Voici une contribution qui peut être utile...

NB : les liens renvoient quelquefois vers des décisions de justice dont la lecture n'est pas aussi attrayante que des photos ! Mais il s'agit de sources juridiques officielles. Je vous conseille d'aller directement à la rubrique "Analyse" : elle résume la décision


Les obstacles théoriques (légaux) à la prise de vues :
- l'article 9 du code civil (que les tribunaux ont interprété pour en extraire un « droit à l'image »),
- l'article 544 du code civil (droit « absolu » du propriétaire d'un immeuble),
- le droit d'auteur (code de la propriété intellectuelle),
- l'article 226-1 du code pénal (non respect du droit à l'image dans un lieu privé).

Le premier a pour effet de protéger l'image d'une personne (son aspect physique, son visage, le son de sa voix, ses paroles). Il est, en principe, interdit de photographier une personne sans son consentement. À plus forte raison, de publier la photo (à titre gratuit ou professionnel). Exception en faveur de la presse (même s'il s'agit d'une entreprise commerciale), au titre de la liberté d'expression, mais à condition que l'image soit enregistrée lors d'un évènement d'actualité (exemple d'un médecin filmé en caméra caché pour une chaîne de télévision). Pratiquement, le photographe doit avoir une carte de presse.

L'article 544 est utilisé pour protéger l'image des immeubles privés que l'on voit depuis la rue. Mais la protection est beaucoup moins forte depuis 2004. Avant, le photographe devait demander l'autorisation de faire la prise de vue et la publier. Depuis, ce n'est plus la peine (la jurisprudence de la cour de cassation a changé) : aucune autorisation n'est plus nécessaire et, si le propriétaire est gêné, il doit prouver un préjudice.

Mais, bien sûr, le propriétaire reste « maître chez lui » (toujours l'article 544) et c'est donc lui qui définit qui peut entrer (des amis ou le public) et quels sont les comportements autorisés (certains peuvent prendre des photos, d'autres non).

Et puis, il y a le droit d'auteur. Ici, l'artiste - son agent ou sa société de production - définit les règles : j'autorise qui je veux à enregistrer mon image ; idem pour la reproduction (diffusion).

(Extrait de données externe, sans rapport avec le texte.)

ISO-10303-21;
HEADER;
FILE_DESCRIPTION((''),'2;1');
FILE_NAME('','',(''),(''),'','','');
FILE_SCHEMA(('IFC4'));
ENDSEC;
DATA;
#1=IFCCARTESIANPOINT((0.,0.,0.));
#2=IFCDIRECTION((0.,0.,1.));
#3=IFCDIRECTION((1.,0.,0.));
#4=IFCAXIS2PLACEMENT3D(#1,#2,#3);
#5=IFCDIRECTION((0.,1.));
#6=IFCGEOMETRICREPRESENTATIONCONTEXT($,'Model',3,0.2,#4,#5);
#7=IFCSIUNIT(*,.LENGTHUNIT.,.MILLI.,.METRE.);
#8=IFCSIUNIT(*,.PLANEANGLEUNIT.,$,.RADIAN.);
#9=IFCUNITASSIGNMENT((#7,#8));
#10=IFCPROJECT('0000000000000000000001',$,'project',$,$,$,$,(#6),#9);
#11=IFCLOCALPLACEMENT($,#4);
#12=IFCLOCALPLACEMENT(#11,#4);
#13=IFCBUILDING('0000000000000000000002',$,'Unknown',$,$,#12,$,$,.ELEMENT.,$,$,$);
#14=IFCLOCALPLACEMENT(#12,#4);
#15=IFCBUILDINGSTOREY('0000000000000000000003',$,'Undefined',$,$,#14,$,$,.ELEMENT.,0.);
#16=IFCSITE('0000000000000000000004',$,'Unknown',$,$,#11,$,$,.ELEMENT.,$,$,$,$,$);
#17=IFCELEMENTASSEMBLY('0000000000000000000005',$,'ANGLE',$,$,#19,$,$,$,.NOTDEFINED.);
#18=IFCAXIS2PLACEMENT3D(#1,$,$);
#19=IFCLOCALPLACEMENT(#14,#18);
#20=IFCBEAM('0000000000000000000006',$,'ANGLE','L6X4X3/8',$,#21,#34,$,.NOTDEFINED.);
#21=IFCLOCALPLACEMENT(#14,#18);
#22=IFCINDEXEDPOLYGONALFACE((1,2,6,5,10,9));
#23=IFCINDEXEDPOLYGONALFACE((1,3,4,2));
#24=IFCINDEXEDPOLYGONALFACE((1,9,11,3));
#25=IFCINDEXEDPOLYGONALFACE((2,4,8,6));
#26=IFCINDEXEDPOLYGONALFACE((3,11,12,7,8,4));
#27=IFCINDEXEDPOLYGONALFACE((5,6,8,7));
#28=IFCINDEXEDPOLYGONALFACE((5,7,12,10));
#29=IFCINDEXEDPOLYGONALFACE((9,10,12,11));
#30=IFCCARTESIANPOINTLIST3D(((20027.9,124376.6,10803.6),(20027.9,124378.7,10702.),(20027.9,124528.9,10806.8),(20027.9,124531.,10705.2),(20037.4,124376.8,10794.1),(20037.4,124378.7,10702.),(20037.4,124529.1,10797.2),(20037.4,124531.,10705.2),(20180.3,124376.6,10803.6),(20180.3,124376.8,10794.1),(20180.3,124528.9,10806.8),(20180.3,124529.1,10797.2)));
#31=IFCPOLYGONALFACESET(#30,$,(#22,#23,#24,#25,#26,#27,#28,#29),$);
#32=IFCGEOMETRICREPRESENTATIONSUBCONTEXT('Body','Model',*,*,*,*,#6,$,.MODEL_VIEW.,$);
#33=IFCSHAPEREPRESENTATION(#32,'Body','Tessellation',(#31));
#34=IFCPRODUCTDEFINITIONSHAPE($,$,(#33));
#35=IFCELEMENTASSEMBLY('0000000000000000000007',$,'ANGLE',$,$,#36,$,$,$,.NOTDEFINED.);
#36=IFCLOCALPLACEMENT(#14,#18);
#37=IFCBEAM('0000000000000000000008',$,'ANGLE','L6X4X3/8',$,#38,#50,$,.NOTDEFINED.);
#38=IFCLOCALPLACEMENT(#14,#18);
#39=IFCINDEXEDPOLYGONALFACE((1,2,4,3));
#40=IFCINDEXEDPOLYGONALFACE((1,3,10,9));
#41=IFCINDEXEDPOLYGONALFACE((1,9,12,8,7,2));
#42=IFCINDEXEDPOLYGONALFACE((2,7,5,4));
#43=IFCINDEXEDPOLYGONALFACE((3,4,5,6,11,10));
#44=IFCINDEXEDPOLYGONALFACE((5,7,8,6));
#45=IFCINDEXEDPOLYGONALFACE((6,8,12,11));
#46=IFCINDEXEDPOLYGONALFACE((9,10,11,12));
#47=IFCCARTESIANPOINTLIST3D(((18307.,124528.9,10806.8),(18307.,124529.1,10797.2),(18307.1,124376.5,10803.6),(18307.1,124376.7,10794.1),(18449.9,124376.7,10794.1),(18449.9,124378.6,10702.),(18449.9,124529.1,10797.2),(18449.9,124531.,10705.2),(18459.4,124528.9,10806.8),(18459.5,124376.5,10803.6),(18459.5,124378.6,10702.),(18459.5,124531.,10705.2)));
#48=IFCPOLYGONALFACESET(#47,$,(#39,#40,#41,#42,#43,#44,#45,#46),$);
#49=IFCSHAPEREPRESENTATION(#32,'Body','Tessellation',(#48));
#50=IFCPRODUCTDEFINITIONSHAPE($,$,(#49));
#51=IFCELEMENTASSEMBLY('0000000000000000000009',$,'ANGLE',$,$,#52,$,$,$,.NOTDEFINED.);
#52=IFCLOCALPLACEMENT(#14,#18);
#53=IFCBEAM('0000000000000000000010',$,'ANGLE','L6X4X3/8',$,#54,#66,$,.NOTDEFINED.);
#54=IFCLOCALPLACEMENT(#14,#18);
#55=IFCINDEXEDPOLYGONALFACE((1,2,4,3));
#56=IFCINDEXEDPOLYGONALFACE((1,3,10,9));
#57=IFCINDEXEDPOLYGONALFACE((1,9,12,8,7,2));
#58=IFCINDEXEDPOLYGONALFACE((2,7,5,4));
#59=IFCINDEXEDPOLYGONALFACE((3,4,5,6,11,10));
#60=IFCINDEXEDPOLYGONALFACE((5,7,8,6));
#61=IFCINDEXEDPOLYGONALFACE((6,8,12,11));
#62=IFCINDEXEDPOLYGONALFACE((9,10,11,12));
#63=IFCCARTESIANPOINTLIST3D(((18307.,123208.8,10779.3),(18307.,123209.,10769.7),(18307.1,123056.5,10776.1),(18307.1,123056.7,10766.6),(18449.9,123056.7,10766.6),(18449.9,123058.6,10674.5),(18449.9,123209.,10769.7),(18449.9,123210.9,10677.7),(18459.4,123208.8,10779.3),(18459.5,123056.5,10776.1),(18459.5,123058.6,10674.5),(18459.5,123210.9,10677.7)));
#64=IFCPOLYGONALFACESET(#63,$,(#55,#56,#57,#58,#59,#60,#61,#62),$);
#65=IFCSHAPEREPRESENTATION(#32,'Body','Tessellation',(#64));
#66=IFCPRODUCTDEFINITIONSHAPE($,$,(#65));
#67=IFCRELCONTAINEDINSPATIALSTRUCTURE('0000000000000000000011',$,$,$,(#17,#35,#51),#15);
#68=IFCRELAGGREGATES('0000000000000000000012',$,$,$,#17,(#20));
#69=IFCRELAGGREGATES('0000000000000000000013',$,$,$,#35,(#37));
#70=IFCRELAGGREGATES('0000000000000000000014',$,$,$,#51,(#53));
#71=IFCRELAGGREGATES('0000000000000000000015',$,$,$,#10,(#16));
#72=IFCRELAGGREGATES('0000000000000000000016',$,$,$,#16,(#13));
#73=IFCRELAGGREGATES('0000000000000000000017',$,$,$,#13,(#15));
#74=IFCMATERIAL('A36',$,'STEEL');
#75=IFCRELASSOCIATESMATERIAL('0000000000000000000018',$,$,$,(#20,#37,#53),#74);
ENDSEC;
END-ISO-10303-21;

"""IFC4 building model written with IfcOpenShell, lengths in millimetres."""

from ifc_helpers import new_model, si_unit, direction, frame, origin_with_axes, place, context, subcontext, project, spatial, line, indexed_curve, outline, extrude, material, element, aggregate, save


model = new_model("IFC4")

# Units and contexts
model_context = context("Model", 3, precision=0.2, world=origin_with_axes(), true_north=direction((0.0, 1.0)))
body_context = subcontext(model_context, "Body", "Model", "MODEL_VIEW")
ifc_project = project(units=[si_unit("LENGTHUNIT", "METRE", prefix="MILLI"), si_unit("PLANEANGLEUNIT", "RADIAN")], contexts=[model_context])

# Site, building, storey
site_placement = place(None, origin_with_axes())
site = spatial("IfcSite", under=ifc_project, at=site_placement, Name="Unknown", CompositionType="ELEMENT")
building_placement = place(site_placement, origin_with_axes())
building = spatial("IfcBuilding", under=site, at=building_placement, Name="Unknown", CompositionType="ELEMENT")
storey_placement = place(building_placement, origin_with_axes())
storey = spatial("IfcBuildingStorey", under=building, at=storey_placement, Name="Undefined", CompositionType="ELEMENT", Elevation=0.0)

# Shared definitions
ifc_material_1 = material(Name="A36", Category="STEEL")

# Element assemblies, beams
assembly_1_placement = place(storey_placement, frame((20104.1, 124377.6, 10752.8), z_axis=(0.0, 0.020829, -0.999783), x_axis=(0.0, 0.999783, 0.020819)))
assembly_1 = element("IfcElementAssembly", 1, at=assembly_1_placement, inside=storey, Name="ANGLE", PredefinedType="NOTDEFINED")
beam_1_placement = place(assembly_1_placement, origin_with_axes())
beam_1 = element("IfcBeam", 2, at=beam_1_placement, material=ifc_material_1, Name="ANGLE", Description="L6X4X3/8", PredefinedType="NOTDEFINED", context=body_context, shape_type="SolidModel", body=[
    extrude(outline(indexed_curve([(-50.8, -76.2), (50.8, -76.2), (50.8, -66.7), (-41.3, -66.7), (-41.3, 76.2), (-50.8, 76.2)], segments=[line(1, 2, 3, 4, 5, 6, 1)])), frame((0.0, 0.0, 0.0), z_axis=(-1.0, 0.0, 0.0), x_axis=(0.0, 0.0, 1.0)), (0.0, 0.0, -1.0), 152.4),
])
aggregate(assembly_1, [beam_1])
assembly_2_placement = place(storey_placement, frame((18383.2, 124530.0, 10756.0), z_axis=(0.0, 0.020829, -0.999783), x_axis=(0.0, -0.999783, -0.020831)))
assembly_2 = element("IfcElementAssembly", 3, at=assembly_2_placement, inside=storey, Name="ANGLE", PredefinedType="NOTDEFINED")
beam_2_placement = place(assembly_2_placement, origin_with_axes())
beam_2 = element("IfcBeam", 4, at=beam_2_placement, material=ifc_material_1, Name="ANGLE", Description="L6X4X3/8", PredefinedType="NOTDEFINED", context=body_context, shape_type="SolidModel", body=[
    extrude(outline(indexed_curve([(-50.8, -76.2), (50.8, -76.2), (50.8, -66.7), (-41.3, -66.7), (-41.3, 76.2), (-50.8, 76.2)], segments=[line(1, 2, 3, 4, 5, 6, 1)])), frame((0.0, 0.0, 0.0), z_axis=(-1.0, 0.0, 0.0), x_axis=(0.0, 0.0, 1.0)), (0.0, 0.0, -1.0), 152.4),
])
aggregate(assembly_2, [beam_2])
assembly_3_placement = place(storey_placement, frame((18383.2, 123209.9, 10728.5), z_axis=(0.0, 0.020829, -0.999783), x_axis=(0.0, -0.999783, -0.020831)))
assembly_3 = element("IfcElementAssembly", 5, at=assembly_3_placement, inside=storey, Name="ANGLE", PredefinedType="NOTDEFINED")
beam_3_placement = place(assembly_3_placement, origin_with_axes())
beam_3 = element("IfcBeam", 6, at=beam_3_placement, material=ifc_material_1, Name="ANGLE", Description="L6X4X3/8", PredefinedType="NOTDEFINED", context=body_context, shape_type="SolidModel", body=[
    extrude(outline(indexed_curve([(-50.8, -76.2), (50.8, -76.2), (50.8, -66.7), (-41.3, -66.7), (-41.3, 76.2), (-50.8, 76.2)], segments=[line(1, 2, 3, 4, 5, 6, 1)])), frame((0.0, 0.0, 0.0), z_axis=(-1.0, 0.0, 0.0), x_axis=(0.0, 0.0, 1.0)), (0.0, 0.0, -1.0), 152.4),
])
aggregate(assembly_3, [beam_3])

save(model, "model.ifc")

Et si l'on associe le droit du propriétaire (ou de l'exploitant du lieu où se déroule l'évènement) et le droit de l'auteur, on laisse rentrer qui on veut (sous réserve des lois qui interdisent certaines sélections dans les lieux ouverts au public) et seuls les photographes « habilités » peuvent opérer.

Je pense que le public qui prend des photos ou filme avec un « smartphone » va ensuite les diffuser sur Youtube, par exemple, sans en obtenir la moindre contrepartie. C'est une publicité gratuite pour l'artiste et l'exploitant des lieux qui n'ont aucune raison de s'en priver. En plus, ils font plaisir au plus grand nombre. Avec un matériel plus sophistiqué, on peut craindre un usage... professionnel. Alors, on ne prend pas de risque. Et peu importe la bonne foi du photographe. Il est jugé sur son matériel.

dioptre

Je crois que tu fais une interprétation inexacte des textes officiels.
Par exemple il n'a jamais fallu demander une autorisation à un propriétaire pour publier une photo de son immeuble depuis la rue.
Sinon on se demande comment depuis des dizaines d'années on aurait pu publier des millions de photos de maisons et monuments.

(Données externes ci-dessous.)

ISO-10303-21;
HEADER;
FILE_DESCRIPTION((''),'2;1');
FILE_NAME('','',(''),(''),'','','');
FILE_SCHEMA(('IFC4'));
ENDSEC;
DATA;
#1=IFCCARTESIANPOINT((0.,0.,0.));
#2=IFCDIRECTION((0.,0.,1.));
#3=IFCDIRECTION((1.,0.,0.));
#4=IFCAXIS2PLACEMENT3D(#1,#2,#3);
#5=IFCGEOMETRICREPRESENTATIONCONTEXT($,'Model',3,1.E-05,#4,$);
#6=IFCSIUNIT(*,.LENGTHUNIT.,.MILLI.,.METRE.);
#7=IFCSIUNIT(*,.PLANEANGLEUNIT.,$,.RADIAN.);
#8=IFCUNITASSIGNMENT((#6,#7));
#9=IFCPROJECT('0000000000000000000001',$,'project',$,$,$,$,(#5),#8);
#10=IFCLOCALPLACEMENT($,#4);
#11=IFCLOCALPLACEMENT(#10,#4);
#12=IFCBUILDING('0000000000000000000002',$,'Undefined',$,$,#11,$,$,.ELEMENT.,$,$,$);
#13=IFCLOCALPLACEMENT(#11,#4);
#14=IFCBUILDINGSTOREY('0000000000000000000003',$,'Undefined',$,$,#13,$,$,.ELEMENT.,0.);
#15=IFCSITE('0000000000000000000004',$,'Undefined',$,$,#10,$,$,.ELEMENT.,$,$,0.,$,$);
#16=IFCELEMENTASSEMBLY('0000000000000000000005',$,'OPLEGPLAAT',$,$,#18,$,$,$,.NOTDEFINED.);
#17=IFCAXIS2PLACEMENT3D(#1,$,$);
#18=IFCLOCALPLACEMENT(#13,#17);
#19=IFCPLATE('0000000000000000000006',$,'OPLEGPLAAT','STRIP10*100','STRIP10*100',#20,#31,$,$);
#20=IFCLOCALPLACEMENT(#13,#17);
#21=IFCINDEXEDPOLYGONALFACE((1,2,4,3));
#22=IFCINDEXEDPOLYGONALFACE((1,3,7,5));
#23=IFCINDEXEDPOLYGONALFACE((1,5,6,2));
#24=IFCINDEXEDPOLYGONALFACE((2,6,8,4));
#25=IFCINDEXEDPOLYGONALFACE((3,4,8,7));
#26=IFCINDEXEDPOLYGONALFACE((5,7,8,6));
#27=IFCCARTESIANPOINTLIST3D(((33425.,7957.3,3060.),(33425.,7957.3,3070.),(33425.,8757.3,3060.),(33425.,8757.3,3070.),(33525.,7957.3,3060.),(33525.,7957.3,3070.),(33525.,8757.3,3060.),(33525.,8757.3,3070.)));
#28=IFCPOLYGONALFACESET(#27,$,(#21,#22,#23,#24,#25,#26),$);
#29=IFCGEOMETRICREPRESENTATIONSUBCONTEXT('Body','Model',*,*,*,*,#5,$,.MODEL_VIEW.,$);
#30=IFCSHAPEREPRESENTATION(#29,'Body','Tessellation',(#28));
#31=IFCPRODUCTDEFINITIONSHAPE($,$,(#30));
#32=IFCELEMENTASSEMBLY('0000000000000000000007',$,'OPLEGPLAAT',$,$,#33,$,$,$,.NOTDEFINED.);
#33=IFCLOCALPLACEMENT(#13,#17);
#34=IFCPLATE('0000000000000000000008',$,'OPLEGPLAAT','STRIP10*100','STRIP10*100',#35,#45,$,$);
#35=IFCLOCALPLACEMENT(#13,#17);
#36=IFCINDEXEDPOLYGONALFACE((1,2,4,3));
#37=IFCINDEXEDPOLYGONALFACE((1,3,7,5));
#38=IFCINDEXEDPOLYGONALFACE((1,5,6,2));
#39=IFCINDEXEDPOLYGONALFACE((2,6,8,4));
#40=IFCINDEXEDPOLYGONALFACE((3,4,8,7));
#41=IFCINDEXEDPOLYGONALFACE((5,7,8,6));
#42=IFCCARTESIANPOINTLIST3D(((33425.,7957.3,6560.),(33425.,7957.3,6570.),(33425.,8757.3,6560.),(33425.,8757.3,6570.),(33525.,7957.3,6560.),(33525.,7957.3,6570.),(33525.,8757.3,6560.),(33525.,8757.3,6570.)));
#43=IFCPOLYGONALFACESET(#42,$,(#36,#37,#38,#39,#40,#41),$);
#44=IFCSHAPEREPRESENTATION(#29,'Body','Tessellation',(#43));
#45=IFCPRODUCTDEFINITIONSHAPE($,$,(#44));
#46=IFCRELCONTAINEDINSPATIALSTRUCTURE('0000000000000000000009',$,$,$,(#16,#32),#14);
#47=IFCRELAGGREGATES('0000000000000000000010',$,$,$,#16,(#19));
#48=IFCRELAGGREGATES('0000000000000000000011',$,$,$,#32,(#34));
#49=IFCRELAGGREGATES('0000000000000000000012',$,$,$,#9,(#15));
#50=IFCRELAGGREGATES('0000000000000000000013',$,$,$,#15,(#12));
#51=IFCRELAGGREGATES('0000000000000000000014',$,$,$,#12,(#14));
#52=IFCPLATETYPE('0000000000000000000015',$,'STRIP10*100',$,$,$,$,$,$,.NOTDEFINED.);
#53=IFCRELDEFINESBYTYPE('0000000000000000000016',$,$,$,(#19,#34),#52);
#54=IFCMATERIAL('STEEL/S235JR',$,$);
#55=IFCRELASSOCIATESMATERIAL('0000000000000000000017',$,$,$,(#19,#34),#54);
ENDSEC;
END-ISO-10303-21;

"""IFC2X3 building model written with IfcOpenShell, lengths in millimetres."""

from ifc_helpers import new_model, si_unit, frame, origin_with_axes, origin_2d_with_axis, place, context, subcontext, project, spatial, rectangle, extrude, material, type_object, element, aggregate, save


model = new_model("IFC2X3")

# Units and contexts
model_context = context("Model", 3, precision=1e-05, world=origin_with_axes())
body_context = subcontext(model_context, "Body", "Model", "MODEL_VIEW")
ifc_project = project(units=[si_unit("LENGTHUNIT", "METRE", prefix="MILLI"), si_unit("PLANEANGLEUNIT", "RADIAN")], contexts=[model_context])

# Site, building, storey
site_placement = place(None, origin_with_axes())
site = spatial("IfcSite", under=ifc_project, at=site_placement, Name="Undefined", CompositionType="ELEMENT", RefElevation=0.0)
building_placement = place(site_placement, origin_with_axes())
building = spatial("IfcBuilding", under=site, at=building_placement, Name="Undefined", CompositionType="ELEMENT")
storey_placement = place(building_placement, origin_with_axes())
storey = spatial("IfcBuildingStorey", under=building, at=storey_placement, Name="Undefined", CompositionType="ELEMENT", Elevation=0.0)

# Shared definitions
ifc_material = material(Name="STEEL/S235JR")

# Element assemblies, plates
plate_type = type_object("IfcPlateType", Name="STRIP10*100", PredefinedType="NOTDEFINED")
assembly_1_placement = place(storey_placement, origin_with_axes())
assembly_1 = element("IfcElementAssembly", 1, at=assembly_1_placement, inside=storey, Name="OPLEGPLAAT", PredefinedType="NOTDEFINED")
plate_1_placement = place(assembly_1_placement, frame((33475.0, 7957.3, 3065.0), z_axis=(-1.0, 0.0, 0.0), x_axis=(0.0, 1.0, 0.0)))
plate_1 = element("IfcPlate", 2, at=plate_1_placement, type_object=plate_type, material=ifc_material, Name="OPLEGPLAAT", Description="STRIP10*100", ObjectType="STRIP10*100", context=body_context, shape_type="SweptSolid", body=[
    extrude(rectangle(XDim=10.0, YDim=100.0, at=origin_2d_with_axis()), frame((800.0, 0.0, 0.0), z_axis=(-1.0, 0.0, 0.0), x_axis=(0.0, -1.0, 0.0)), (0.0, 0.0, 1.0), 800.0),
])
aggregate(assembly_1, [plate_1])
assembly_2_placement = place(storey_placement, origin_with_axes())
assembly_2 = element("IfcElementAssembly", 3, at=assembly_2_placement, inside=storey, Name="OPLEGPLAAT", PredefinedType="NOTDEFINED")
plate_2_placement = place(assembly_2_placement, frame((33475.0, 7957.3, 6565.0), z_axis=(-1.0, 0.0, 0.0), x_axis=(0.0, 1.0, 0.0)))
plate_2 = element("IfcPlate", 4, at=plate_2_placement, type_object=plate_type, material=ifc_material, Name="OPLEGPLAAT", Description="STRIP10*100", ObjectType="STRIP10*100", context=body_context, shape_type="SweptSolid", body=[
    extrude(rectangle(XDim=10.0, YDim=100.0, at=origin_2d_with_axis()), frame((800.0, 0.0, 0.0), z_axis=(-1.0, 0.0, 0.0), x_axis=(0.0, -1.0, 0.0)), (0.0, 0.0, 1.0), 800.0),
])
aggregate(assembly_2, [plate_2])

save(model, "model.ifc")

La propriété est le droit de jouir et disposer des choses de la manière la plus absolue, pourvu qu'on n'en fasse pas un usage prohibé par les lois ou par les règlements.
Cet article n'a jamais voulu signifier que faire une photo empêchait le propriétaire de jouir et disposer  de son bien

Le célèbre arrêt du café Gondrée c'est autre chose : exploitation commerciale

L'article 9 c'est le problème d'atteinte à la vie privée et ce n'est pas du tout le problème du droit à l'image.
Le raisonnement est autre : je peux photographier qui je veux où je veux s'il n'y a pas atteinte à la vie privée, ni usage prohibé...
Voir le photographe qui a fait une expo de personnes somnolants dans le métro : plainte déposée d'une des personnes rejetée

Pour le 226-1 c'est encore autre chose : lieu privé

Tu dis "Il est, en principe, interdit de photographier une personne sans son consentement
Le "en principe" n'est pas un article de loi

NB : il y a eu déjà plusieurs discussions sur le sujet dans lesquels les articles ont été publiés et commentés sur ce forum


sacaudos

Citation de: dioptre le Juillet 16, 2018, 22:14:19
Je crois que tu fais une interprétation inexacte des textes officiels.

Je crois que non...

Citation de: dioptre le Juillet 16, 2018, 22:14:19
Par exemple il n'a jamais fallu demander une autorisation à un propriétaire pour publier une photo de son immeuble depuis la rue.
Cet article n'a jamais voulu signifier que faire une photo empêchait le propriétaire de jouir et disposer  de son bien

Petite devinette « à 4 sous » : sur quel article du code civil se fonde l'arrêt « café Gondrée » ?
Je ne vais pas le reproduire ici puisqu'il est déjà en lien (voir : « Vu l'article... », dans les motifs de la décision).
Bien sûr, dans ce cas, je considère que la rue est une voie ouverte à la circulation publique et fait partie du domaine public puisque le photographe prend la photo depuis la rue (mais ma précision est sans doute superflue).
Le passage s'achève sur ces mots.